Assignment
Range to reproduce from the entries below: the line with "FILE_DESCRIPTION((''),'2;1');", the line with "#3=IFCGEOMETRICREPRESENTATIONCONTEXT($,'Model',3,1.E-05,#2,$);", and every line in between. Give them exactly and give nothing else.

The data
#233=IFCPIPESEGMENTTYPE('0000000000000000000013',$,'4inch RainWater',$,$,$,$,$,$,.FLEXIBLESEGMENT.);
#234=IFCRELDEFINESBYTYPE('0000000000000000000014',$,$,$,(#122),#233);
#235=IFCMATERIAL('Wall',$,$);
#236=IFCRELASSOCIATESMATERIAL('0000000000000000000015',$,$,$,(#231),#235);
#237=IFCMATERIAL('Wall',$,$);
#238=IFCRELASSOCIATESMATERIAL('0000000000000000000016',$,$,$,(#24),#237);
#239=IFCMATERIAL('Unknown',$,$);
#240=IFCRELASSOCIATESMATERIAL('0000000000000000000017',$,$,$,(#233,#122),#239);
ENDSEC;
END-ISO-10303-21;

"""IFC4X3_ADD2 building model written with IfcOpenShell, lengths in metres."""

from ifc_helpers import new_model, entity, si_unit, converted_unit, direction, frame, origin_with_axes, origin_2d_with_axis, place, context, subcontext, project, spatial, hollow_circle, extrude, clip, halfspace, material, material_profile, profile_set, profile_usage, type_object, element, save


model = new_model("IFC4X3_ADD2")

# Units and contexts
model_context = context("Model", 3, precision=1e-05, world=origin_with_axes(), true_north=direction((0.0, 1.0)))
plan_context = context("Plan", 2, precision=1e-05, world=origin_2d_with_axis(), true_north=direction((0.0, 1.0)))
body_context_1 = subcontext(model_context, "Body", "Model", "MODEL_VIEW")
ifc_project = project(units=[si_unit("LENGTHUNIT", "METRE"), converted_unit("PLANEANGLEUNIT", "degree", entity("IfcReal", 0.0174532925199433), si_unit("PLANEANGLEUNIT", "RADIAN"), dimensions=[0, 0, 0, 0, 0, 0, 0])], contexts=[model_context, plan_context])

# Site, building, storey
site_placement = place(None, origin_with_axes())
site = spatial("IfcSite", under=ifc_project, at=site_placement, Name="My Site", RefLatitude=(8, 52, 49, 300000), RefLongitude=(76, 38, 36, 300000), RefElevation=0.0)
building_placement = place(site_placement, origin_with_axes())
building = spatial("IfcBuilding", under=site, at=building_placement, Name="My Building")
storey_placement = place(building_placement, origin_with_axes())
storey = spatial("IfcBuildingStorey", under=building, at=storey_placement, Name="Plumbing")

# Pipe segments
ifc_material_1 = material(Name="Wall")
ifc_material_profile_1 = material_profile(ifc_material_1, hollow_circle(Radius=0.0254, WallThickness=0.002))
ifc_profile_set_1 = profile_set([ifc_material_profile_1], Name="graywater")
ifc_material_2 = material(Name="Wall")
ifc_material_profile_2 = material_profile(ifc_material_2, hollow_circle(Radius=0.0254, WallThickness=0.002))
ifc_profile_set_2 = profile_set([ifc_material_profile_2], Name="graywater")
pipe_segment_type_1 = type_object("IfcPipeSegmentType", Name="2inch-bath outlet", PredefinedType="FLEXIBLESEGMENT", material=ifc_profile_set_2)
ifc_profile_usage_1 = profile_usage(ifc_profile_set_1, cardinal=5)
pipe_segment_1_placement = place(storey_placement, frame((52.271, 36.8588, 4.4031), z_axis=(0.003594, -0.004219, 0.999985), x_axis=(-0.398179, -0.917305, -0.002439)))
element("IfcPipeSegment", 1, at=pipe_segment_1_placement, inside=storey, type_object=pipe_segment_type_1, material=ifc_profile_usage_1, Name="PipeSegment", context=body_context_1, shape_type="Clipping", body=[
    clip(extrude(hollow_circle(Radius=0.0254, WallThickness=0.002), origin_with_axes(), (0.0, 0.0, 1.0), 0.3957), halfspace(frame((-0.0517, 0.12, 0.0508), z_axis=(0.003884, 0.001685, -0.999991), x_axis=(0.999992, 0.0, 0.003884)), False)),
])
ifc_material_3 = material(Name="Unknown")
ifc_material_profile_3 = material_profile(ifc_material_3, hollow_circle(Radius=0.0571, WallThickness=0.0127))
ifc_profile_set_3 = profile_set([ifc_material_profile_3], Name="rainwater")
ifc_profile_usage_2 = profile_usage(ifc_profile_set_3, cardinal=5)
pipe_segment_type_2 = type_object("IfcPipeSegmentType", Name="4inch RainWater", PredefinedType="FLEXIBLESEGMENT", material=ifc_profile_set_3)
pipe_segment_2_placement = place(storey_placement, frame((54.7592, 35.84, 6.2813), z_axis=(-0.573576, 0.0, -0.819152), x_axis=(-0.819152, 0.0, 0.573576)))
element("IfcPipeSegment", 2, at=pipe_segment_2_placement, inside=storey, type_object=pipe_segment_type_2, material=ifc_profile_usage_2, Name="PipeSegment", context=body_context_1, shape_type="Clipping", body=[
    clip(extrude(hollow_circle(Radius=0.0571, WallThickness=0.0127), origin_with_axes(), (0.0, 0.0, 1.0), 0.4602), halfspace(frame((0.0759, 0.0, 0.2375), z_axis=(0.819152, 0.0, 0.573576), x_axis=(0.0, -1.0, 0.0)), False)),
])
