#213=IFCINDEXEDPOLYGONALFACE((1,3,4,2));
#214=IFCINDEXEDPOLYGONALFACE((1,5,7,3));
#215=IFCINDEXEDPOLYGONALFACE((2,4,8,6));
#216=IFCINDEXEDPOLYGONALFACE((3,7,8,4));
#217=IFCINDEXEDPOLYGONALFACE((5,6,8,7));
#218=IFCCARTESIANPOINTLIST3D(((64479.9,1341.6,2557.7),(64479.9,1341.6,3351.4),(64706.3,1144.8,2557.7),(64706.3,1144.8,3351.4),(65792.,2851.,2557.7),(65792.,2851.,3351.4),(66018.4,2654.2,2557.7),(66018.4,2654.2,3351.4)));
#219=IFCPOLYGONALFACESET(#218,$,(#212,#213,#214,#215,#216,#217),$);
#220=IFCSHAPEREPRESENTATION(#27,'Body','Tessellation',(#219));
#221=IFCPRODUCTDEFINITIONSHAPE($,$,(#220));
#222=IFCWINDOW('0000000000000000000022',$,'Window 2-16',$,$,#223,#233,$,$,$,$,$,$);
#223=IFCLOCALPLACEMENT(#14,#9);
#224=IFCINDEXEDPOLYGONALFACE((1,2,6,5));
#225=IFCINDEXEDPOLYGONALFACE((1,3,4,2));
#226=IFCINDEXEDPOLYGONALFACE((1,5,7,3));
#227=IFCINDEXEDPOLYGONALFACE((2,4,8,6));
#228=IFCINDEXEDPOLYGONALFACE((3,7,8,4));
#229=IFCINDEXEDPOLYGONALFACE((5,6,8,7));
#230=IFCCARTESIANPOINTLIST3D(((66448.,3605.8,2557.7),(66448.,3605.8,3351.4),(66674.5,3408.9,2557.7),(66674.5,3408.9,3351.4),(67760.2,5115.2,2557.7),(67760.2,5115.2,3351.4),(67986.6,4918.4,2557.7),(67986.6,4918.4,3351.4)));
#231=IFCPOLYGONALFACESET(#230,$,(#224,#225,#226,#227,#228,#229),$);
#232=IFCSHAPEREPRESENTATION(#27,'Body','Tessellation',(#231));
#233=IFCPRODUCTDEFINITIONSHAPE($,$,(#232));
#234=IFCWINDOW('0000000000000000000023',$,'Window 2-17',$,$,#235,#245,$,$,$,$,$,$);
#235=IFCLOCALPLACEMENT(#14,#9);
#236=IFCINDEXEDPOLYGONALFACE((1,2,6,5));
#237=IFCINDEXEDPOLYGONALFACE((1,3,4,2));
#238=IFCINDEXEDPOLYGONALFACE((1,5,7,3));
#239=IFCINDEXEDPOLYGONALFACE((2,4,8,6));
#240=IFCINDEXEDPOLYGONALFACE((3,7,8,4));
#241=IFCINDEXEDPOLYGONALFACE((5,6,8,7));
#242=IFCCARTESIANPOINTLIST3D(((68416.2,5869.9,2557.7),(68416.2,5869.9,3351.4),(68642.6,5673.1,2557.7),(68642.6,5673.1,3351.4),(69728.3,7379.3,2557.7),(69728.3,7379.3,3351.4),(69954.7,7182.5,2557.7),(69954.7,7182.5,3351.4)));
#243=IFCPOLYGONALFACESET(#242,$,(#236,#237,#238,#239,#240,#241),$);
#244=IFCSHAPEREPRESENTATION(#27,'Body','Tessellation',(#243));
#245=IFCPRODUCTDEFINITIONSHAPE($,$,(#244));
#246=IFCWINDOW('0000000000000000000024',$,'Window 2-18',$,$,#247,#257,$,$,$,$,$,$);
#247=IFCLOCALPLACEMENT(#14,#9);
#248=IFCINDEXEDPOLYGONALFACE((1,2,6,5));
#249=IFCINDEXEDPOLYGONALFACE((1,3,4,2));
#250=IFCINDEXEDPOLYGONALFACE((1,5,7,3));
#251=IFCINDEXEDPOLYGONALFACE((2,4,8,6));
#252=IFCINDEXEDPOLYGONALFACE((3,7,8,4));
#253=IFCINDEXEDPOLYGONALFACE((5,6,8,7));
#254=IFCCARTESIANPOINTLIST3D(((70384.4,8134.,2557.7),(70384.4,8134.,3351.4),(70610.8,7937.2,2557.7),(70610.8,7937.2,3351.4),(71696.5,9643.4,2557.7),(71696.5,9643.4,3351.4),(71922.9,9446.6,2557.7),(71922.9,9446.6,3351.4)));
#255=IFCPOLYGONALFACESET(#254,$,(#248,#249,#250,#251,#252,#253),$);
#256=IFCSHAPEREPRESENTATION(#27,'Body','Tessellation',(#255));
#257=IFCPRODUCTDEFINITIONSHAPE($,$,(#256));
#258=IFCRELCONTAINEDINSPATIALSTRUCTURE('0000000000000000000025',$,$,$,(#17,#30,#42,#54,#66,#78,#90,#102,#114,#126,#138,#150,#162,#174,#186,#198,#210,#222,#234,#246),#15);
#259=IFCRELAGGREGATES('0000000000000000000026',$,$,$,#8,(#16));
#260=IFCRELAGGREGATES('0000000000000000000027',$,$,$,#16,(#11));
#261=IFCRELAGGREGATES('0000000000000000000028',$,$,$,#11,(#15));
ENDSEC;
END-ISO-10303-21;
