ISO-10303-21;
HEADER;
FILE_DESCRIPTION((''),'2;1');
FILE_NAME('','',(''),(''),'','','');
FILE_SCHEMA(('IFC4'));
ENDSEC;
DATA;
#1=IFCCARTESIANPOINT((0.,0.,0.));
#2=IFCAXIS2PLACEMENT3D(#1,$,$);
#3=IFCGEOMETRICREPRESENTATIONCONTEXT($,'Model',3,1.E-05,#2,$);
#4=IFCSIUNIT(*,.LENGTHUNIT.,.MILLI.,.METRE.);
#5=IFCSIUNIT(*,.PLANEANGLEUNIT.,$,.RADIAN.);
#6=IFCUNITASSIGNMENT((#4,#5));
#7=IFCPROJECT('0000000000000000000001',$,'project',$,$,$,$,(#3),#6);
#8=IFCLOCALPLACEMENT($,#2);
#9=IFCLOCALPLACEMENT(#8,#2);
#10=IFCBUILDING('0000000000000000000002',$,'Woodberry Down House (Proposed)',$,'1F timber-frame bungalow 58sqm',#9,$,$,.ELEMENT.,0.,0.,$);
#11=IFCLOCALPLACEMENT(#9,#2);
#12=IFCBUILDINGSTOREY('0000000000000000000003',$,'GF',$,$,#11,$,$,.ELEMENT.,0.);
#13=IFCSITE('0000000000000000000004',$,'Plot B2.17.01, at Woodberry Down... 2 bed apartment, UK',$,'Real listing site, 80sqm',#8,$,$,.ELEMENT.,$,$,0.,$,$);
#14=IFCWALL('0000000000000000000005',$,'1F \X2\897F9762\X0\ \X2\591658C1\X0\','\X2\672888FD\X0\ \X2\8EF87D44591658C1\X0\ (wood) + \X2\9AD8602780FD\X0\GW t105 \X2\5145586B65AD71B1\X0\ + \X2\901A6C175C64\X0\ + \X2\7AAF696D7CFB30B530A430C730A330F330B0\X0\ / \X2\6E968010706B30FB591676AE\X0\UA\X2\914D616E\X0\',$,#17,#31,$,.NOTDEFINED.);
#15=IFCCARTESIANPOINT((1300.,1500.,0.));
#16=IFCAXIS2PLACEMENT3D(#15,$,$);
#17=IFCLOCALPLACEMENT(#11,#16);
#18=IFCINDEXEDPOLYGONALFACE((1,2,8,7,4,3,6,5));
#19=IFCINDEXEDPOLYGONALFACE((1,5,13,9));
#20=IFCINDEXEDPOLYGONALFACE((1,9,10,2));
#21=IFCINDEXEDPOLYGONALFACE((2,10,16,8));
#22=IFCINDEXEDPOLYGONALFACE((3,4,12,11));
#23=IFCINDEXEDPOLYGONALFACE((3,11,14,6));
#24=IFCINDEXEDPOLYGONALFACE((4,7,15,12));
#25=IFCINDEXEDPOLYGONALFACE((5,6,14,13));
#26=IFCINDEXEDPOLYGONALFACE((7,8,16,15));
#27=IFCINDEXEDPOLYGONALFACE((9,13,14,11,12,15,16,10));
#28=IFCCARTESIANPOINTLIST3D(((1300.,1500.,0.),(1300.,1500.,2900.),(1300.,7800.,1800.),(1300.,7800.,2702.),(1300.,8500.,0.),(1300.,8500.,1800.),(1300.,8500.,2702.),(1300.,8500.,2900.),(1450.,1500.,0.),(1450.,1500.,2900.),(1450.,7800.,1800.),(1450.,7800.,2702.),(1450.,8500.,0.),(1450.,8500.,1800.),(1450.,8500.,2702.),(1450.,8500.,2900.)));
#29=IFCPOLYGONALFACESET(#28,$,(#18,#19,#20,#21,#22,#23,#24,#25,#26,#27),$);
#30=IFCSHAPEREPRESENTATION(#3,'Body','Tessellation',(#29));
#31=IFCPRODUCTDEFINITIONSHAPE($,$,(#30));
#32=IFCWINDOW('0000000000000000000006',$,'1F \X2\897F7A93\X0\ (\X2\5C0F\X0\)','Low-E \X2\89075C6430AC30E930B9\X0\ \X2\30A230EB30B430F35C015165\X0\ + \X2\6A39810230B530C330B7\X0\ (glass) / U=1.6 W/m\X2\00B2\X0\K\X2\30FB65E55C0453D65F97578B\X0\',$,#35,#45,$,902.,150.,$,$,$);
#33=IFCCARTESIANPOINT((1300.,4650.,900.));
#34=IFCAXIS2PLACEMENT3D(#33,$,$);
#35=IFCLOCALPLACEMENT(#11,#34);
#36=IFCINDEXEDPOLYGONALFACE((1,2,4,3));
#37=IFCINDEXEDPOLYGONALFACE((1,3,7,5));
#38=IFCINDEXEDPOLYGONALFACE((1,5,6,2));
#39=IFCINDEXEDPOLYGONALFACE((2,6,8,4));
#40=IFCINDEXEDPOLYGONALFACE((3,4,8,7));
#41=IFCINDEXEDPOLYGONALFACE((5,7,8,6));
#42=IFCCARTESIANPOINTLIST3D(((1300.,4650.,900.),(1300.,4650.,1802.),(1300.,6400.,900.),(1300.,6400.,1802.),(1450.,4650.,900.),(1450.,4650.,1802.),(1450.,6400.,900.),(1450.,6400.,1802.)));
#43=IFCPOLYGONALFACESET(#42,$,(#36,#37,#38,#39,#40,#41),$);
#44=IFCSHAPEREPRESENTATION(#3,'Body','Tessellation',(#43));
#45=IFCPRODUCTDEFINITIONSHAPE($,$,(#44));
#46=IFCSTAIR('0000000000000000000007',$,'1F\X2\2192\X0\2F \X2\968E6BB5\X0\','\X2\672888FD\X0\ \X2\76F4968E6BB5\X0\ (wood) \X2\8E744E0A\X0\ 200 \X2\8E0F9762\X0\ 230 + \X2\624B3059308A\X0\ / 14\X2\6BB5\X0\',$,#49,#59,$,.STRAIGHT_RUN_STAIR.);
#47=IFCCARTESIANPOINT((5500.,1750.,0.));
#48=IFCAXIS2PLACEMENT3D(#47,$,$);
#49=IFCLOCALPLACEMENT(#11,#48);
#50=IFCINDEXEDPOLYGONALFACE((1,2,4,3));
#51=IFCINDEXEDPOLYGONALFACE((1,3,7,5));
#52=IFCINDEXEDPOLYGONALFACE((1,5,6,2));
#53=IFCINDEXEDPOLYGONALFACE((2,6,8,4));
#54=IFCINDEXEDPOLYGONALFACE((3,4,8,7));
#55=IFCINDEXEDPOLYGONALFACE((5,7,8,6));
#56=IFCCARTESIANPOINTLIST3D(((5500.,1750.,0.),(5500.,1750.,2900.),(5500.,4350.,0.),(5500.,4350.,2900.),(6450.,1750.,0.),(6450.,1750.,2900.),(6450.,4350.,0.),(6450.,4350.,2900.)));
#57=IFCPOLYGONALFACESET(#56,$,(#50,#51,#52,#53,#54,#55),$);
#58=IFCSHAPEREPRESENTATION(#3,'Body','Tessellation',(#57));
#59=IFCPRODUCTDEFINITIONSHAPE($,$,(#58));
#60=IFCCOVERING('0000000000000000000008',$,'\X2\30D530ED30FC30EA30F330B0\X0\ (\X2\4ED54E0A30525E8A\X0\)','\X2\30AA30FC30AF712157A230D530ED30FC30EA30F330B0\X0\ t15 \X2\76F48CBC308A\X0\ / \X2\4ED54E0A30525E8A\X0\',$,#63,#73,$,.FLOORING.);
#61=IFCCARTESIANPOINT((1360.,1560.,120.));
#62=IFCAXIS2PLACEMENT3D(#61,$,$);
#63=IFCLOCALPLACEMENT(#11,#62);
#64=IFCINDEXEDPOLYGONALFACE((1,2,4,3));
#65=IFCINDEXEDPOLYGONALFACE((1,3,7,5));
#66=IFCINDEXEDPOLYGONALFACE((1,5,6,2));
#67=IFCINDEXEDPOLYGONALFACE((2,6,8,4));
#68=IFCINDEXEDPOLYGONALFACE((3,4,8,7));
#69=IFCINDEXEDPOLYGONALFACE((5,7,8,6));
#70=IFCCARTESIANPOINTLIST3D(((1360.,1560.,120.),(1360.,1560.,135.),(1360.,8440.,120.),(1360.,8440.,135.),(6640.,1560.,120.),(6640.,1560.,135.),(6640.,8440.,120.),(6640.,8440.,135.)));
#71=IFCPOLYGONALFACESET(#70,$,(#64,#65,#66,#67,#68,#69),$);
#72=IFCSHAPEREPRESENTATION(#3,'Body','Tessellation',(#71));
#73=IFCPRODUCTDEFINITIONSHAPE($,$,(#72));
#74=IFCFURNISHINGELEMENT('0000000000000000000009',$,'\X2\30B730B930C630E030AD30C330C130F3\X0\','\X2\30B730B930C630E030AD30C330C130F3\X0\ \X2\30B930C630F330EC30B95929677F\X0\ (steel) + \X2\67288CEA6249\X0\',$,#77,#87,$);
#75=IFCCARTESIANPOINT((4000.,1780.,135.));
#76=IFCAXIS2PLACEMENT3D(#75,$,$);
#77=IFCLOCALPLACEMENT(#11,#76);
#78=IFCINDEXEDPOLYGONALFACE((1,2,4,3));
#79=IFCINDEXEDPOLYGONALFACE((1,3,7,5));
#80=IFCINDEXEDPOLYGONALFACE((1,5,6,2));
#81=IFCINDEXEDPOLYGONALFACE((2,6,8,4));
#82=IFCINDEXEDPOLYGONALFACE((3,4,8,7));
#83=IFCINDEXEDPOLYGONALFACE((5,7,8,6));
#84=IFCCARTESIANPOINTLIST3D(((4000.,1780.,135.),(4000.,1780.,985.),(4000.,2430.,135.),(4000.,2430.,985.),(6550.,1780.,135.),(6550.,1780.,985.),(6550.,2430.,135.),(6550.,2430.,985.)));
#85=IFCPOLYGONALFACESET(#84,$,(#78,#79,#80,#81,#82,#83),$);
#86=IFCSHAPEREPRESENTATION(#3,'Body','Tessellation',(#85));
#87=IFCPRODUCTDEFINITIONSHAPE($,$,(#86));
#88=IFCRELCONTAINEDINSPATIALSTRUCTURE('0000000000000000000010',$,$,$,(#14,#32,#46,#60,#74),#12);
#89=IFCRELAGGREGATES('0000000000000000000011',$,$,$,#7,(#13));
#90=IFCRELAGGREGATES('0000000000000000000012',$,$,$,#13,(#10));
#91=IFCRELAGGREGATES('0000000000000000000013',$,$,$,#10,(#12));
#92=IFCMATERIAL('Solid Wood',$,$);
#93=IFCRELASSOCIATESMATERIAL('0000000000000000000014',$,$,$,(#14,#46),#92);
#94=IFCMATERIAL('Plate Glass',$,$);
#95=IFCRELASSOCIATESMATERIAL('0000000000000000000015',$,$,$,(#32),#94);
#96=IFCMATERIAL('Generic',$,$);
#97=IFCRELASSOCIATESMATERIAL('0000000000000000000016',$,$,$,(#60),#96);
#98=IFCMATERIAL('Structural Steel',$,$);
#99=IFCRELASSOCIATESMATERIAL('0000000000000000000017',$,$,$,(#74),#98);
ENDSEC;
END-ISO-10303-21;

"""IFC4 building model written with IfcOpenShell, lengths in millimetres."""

from ifc_helpers import new_model, si_unit, frame, frame_2d, origin, place, context, project, spatial, rectangle, extrude, material, element, fill, save


model = new_model("IFC4")

# Units and contexts
model_context = context("Model", 3, precision=1e-05, world=origin())
ifc_project = project(units=[si_unit("LENGTHUNIT", "METRE", prefix="MILLI"), si_unit("PLANEANGLEUNIT", "RADIAN")], contexts=[model_context])

# Site, building, storey
site_placement = place(None, origin())
site = spatial("IfcSite", under=ifc_project, at=site_placement, Name="Plot B2.17.01, at Woodberry Down... 2 bed apartment, UK", ObjectType="Real listing site, 80sqm", CompositionType="ELEMENT", RefElevation=0.0)
building_placement = place(site_placement, origin())
building = spatial("IfcBuilding", under=site, at=building_placement, Name="Woodberry Down House (Proposed)", ObjectType="1F timber-frame bungalow 58sqm", CompositionType="ELEMENT", ElevationOfRefHeight=0.0, ElevationOfTerrain=0.0)
storey_placement = place(building_placement, origin())
storey = spatial("IfcBuildingStorey", under=building, at=storey_placement, Name="GF", CompositionType="ELEMENT", Elevation=0.0)

# Shared definitions
ifc_material_1 = material(Name="Solid Wood")
ifc_material_2 = material(Name="Generic")

# Shared definitions
ifc_material_3 = material(Name="Plate Glass")

# Wall, opening, window
wall_1_placement = place(storey_placement, frame((1300.0, 1500.0, 0.0)))
wall_1 = element("IfcWall", 1, at=wall_1_placement, inside=storey, material=ifc_material_1, Name="1F 西面 外壁", Description="木製 軸組外壁 (wood) + 高性能GW t105 充填断熱 + 通気層 + 窯業系サイディング / 準耐火・外皮UA配慮", PredefinedType="NOTDEFINED", context=model_context, shape_type="SweptSolid", body=[
    extrude(rectangle(XDim=150.0, YDim=7000.0, at=frame_2d((75.0, 3500.0))), frame((1300.0, 1500.0, 0.0)), (0.0, 0.0, 1.0), 2900.0),
])
opening_1_placement = place(storey_placement, frame((1300.0, 4650.0, 900.0)))
opening_1 = element("IfcOpeningElement", 2, at=opening_1_placement, cuts=wall_1, PredefinedType="NOTDEFINED", context=model_context, shape_type="SweptSolid", body=[
    extrude(rectangle(XDim=150.0, YDim=1750.0, at=frame_2d((75.0, 875.0))), frame((1300.0, 4650.0, 900.0)), (0.0, 0.0, 1.0), 902.0),
])
window_1_placement = place(storey_placement, frame((1300.0, 4650.0, 900.0)))
window_1 = element("IfcWindow", 3, at=window_1_placement, inside=storey, material=ifc_material_3, Name="1F 西窓 (小)", Description="Low-E 複層ガラス アルゴン封入 + 樹脂サッシ (glass) / U=1.6 W/m²K・日射取得型", OverallHeight=902.0, OverallWidth=150.0, context=model_context, shape_type="SweptSolid", body=[
    extrude(rectangle(XDim=150.0, YDim=1750.0, at=frame_2d((75.0, 875.0))), frame((1300.0, 4650.0, 900.0)), (0.0, 0.0, 1.0), 902.0),
])
fill(opening_1, window_1)

# Stair
stair_placement = place(storey_placement, frame((5500.0, 1750.0, 0.0)))
element("IfcStair", 4, at=stair_placement, inside=storey, material=ifc_material_1, Name="1F→2F 階段", Description="木製 直階段 (wood) 蹴上 200 踏面 230 + 手すり / 14段", PredefinedType="STRAIGHT_RUN_STAIR", context=model_context, shape_type="SweptSolid", body=[
    extrude(rectangle(XDim=950.0, YDim=2600.0, at=frame_2d((475.0, 1300.0))), frame((5500.0, 1750.0, 0.0)), (0.0, 0.0, 1.0), 2900.0),
])

# Covering
covering_placement = place(storey_placement, frame((1360.0, 1560.0, 120.0)))
element("IfcCovering", 5, at=covering_placement, inside=storey, material=ifc_material_2, Name="フローリング (仕上げ床)", Description="オーク無垢フローリング t15 直貼り / 仕上げ床", PredefinedType="FLOORING", context=model_context, shape_type="SweptSolid", body=[
    extrude(rectangle(XDim=5280.0, YDim=6880.0, at=frame_2d((2640.0, 3440.0))), frame((1360.0, 1560.0, 120.0)), (0.0, 0.0, 1.0), 15.0),
])

# Furnishing element
ifc_material_4 = material(Name="Structural Steel")
furnishing_placement = place(storey_placement, frame((4000.0, 1780.0, 135.0)))
element("IfcFurnishingElement", 6, at=furnishing_placement, inside=storey, material=ifc_material_4, Name="システムキッチン", Description="システムキッチン ステンレス天板 (steel) + 木質扉", context=model_context, shape_type="SweptSolid", body=[
    extrude(rectangle(XDim=2550.0, YDim=650.0, at=frame_2d((1275.0, 325.0))), frame((4000.0, 1780.0, 135.0)), (0.0, 0.0, 1.0), 850.0),
])

save(model, "model.ifc")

Answer to the exercise
FILE_DESCRIPTION((''),'2;1');
FILE_NAME('','',(''),(''),'','','');
FILE_SCHEMA(('IFC4'));
ENDSEC;
DATA;
#1=IFCCARTESIANPOINT((0.,0.,0.));
#2=IFCAXIS2PLACEMENT3D(#1,$,$);
#3=IFCGEOMETRICREPRESENTATIONCONTEXT($,'Model',3,1.E-05,#2,$);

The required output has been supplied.